Work order ▸ Tally the lines of the records that contain the string "association", then give the total and nothing more.

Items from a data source
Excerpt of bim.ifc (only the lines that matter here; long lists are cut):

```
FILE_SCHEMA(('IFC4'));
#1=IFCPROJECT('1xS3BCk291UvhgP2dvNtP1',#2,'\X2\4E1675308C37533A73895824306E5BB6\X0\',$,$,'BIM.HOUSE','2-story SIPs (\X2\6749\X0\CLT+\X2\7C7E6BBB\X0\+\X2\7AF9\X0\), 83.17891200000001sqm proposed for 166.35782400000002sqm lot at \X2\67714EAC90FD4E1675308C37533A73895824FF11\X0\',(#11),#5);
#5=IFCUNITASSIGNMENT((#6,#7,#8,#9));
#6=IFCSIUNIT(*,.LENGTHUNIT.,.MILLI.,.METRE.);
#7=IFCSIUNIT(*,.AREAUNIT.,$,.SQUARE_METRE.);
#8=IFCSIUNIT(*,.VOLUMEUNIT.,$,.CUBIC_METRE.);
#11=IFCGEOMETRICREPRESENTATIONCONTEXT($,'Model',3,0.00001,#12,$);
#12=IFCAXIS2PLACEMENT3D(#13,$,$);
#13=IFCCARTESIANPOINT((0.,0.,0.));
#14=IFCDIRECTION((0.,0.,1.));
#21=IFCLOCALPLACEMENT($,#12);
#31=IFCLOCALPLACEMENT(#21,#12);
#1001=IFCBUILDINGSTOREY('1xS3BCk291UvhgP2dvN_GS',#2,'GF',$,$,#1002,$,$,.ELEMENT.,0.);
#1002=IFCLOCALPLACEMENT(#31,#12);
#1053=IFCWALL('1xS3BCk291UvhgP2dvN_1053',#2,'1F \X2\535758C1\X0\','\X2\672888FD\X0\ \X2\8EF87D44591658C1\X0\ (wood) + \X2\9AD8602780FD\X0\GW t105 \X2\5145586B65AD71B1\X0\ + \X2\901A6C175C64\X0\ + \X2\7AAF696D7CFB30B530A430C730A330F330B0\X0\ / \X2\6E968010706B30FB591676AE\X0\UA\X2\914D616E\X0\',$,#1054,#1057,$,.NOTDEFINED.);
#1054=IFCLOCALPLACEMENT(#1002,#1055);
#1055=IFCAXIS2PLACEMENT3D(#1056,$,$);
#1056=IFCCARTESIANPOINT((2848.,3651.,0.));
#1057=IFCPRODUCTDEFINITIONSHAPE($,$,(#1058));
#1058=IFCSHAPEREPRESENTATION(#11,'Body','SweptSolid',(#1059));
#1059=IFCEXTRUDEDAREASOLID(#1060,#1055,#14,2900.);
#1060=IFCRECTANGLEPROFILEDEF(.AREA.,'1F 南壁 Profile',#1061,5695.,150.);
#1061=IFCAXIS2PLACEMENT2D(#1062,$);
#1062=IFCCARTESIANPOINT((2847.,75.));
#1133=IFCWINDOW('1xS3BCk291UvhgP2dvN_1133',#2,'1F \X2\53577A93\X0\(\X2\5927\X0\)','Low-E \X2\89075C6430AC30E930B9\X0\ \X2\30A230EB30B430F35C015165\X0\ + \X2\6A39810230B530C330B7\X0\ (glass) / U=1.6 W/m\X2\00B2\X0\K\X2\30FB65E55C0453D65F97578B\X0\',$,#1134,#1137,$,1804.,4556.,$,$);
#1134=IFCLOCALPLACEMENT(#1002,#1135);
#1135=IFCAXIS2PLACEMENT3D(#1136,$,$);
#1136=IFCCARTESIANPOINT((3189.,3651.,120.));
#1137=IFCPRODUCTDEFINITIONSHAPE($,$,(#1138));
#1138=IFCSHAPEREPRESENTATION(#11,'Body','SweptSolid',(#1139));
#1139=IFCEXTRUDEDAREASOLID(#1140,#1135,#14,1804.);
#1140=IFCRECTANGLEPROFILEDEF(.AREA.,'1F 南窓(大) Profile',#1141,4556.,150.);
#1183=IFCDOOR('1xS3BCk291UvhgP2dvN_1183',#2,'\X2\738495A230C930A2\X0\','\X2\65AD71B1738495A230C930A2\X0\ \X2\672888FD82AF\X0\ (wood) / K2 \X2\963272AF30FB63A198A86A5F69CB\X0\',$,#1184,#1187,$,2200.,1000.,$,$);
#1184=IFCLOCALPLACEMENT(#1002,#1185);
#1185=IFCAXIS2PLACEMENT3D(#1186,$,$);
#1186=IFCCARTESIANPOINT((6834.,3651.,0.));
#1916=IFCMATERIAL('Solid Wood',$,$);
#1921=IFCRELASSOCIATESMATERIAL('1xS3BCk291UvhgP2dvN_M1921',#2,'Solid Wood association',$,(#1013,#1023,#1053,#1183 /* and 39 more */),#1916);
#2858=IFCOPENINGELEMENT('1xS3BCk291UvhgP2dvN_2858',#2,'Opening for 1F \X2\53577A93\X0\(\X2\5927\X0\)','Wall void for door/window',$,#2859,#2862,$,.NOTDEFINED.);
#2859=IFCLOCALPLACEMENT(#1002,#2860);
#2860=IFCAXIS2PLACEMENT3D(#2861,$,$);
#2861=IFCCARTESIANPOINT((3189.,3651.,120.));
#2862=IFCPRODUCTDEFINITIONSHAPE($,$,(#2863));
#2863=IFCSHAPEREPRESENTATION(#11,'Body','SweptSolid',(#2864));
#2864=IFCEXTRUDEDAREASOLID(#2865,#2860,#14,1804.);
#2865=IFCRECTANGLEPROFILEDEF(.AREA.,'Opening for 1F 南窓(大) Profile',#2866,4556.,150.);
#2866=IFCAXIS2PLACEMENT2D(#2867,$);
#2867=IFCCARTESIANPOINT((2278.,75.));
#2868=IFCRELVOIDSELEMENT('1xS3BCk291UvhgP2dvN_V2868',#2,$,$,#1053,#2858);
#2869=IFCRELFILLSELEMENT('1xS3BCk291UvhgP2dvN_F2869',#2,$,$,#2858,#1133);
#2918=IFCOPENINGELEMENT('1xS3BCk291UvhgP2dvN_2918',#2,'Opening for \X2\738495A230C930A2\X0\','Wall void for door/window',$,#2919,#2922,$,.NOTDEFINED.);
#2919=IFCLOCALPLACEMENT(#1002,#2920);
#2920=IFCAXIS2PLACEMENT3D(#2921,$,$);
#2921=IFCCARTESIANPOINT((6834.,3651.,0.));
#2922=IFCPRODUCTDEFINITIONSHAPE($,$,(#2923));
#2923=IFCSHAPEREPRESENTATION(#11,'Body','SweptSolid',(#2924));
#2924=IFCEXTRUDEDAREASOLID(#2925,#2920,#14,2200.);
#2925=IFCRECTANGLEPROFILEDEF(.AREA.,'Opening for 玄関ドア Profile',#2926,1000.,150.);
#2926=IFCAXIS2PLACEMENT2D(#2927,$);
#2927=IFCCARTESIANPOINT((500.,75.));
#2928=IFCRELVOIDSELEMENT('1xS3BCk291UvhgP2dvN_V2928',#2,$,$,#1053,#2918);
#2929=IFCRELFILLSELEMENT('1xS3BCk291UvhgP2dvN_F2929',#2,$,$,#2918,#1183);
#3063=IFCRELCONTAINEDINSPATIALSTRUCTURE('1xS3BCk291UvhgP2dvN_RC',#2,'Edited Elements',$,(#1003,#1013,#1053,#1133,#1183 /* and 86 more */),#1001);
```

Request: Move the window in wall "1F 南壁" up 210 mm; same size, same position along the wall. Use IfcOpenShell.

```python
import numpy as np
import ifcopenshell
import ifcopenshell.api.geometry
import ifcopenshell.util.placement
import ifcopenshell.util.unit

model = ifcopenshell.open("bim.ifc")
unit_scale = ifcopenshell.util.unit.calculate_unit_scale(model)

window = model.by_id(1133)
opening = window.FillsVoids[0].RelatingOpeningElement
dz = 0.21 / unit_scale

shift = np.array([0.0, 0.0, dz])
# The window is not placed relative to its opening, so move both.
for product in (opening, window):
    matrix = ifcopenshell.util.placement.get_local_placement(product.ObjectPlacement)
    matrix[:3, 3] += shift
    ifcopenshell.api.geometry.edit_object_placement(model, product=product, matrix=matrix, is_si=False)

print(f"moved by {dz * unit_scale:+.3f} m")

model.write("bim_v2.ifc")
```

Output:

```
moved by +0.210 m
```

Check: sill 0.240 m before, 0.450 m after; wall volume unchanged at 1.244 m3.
...
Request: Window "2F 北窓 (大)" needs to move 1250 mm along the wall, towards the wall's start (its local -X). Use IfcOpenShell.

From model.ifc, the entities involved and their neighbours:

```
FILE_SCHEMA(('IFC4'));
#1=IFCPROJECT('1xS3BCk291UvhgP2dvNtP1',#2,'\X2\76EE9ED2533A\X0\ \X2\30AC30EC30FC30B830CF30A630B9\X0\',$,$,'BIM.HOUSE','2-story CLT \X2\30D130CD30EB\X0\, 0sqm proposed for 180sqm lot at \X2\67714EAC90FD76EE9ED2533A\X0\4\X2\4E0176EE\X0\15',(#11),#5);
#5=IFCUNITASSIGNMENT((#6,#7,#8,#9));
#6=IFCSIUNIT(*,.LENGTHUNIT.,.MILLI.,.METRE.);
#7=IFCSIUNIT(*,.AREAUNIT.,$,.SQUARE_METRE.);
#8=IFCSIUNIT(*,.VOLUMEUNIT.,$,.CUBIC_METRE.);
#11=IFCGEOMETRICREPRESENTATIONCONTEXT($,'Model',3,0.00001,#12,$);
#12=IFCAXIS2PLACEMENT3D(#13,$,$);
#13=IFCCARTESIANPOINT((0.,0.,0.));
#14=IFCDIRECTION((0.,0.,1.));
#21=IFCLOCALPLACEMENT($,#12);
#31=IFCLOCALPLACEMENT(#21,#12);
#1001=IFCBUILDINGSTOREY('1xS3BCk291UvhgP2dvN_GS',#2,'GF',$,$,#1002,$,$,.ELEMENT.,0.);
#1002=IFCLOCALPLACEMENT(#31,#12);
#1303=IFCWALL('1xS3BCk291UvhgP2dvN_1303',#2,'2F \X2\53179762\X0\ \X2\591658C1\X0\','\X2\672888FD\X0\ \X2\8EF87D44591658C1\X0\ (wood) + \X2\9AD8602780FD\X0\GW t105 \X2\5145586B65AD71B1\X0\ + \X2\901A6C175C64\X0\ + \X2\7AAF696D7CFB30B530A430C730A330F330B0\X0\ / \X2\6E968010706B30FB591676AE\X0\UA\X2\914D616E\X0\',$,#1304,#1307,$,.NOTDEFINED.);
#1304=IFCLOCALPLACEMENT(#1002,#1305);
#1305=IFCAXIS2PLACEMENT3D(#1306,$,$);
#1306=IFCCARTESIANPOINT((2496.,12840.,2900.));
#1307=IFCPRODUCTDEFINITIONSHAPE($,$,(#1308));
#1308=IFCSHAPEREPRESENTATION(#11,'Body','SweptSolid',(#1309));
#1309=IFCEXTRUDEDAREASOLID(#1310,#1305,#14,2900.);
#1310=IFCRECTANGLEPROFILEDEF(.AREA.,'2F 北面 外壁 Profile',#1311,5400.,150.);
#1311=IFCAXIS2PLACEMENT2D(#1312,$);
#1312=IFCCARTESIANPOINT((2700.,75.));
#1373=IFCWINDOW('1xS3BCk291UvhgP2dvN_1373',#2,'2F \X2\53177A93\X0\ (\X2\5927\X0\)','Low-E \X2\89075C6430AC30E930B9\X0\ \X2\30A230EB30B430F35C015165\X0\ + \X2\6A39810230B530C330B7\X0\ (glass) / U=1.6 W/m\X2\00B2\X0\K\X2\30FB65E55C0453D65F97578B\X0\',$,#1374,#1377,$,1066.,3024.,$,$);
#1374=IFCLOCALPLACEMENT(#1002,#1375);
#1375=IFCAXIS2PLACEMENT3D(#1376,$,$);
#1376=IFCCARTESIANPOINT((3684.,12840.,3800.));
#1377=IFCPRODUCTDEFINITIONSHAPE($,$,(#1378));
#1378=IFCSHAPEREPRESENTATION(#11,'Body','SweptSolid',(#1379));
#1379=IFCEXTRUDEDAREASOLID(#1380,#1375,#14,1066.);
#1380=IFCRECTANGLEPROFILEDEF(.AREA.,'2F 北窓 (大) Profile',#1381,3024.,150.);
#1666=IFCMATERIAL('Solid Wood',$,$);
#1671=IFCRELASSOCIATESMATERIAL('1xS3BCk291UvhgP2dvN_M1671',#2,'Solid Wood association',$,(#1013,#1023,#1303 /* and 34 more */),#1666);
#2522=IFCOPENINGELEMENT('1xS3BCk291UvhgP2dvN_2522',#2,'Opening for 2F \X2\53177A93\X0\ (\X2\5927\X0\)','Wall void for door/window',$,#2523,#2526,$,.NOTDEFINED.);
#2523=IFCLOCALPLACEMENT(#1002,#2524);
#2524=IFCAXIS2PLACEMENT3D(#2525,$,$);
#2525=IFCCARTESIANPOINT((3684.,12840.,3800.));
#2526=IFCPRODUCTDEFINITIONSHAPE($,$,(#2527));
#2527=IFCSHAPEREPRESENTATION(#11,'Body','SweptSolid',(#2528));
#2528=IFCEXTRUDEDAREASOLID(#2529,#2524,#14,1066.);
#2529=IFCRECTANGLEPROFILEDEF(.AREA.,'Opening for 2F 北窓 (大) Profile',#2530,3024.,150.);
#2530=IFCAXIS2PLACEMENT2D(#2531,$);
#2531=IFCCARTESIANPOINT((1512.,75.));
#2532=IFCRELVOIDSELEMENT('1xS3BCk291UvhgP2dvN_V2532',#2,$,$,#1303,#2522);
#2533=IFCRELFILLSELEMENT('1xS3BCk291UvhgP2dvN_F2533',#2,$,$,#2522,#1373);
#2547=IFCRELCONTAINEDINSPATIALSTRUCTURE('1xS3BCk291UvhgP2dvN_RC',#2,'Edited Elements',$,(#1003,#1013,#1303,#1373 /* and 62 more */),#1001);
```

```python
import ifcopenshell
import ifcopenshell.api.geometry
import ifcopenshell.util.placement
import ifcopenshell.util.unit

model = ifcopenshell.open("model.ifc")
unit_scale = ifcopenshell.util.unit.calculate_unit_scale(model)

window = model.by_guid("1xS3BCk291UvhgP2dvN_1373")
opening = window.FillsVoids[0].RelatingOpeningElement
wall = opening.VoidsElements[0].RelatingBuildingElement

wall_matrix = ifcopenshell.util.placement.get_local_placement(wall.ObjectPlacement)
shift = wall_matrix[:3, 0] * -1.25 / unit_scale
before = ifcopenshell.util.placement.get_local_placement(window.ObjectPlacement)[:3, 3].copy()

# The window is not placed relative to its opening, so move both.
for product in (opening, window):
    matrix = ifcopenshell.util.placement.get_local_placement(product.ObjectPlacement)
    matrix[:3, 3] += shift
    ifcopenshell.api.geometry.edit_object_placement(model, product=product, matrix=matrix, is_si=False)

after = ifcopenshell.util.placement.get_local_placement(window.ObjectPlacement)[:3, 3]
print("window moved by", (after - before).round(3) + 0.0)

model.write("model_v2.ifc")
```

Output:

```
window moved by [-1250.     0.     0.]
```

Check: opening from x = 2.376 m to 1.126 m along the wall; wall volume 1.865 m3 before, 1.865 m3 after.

Task response ▸ 2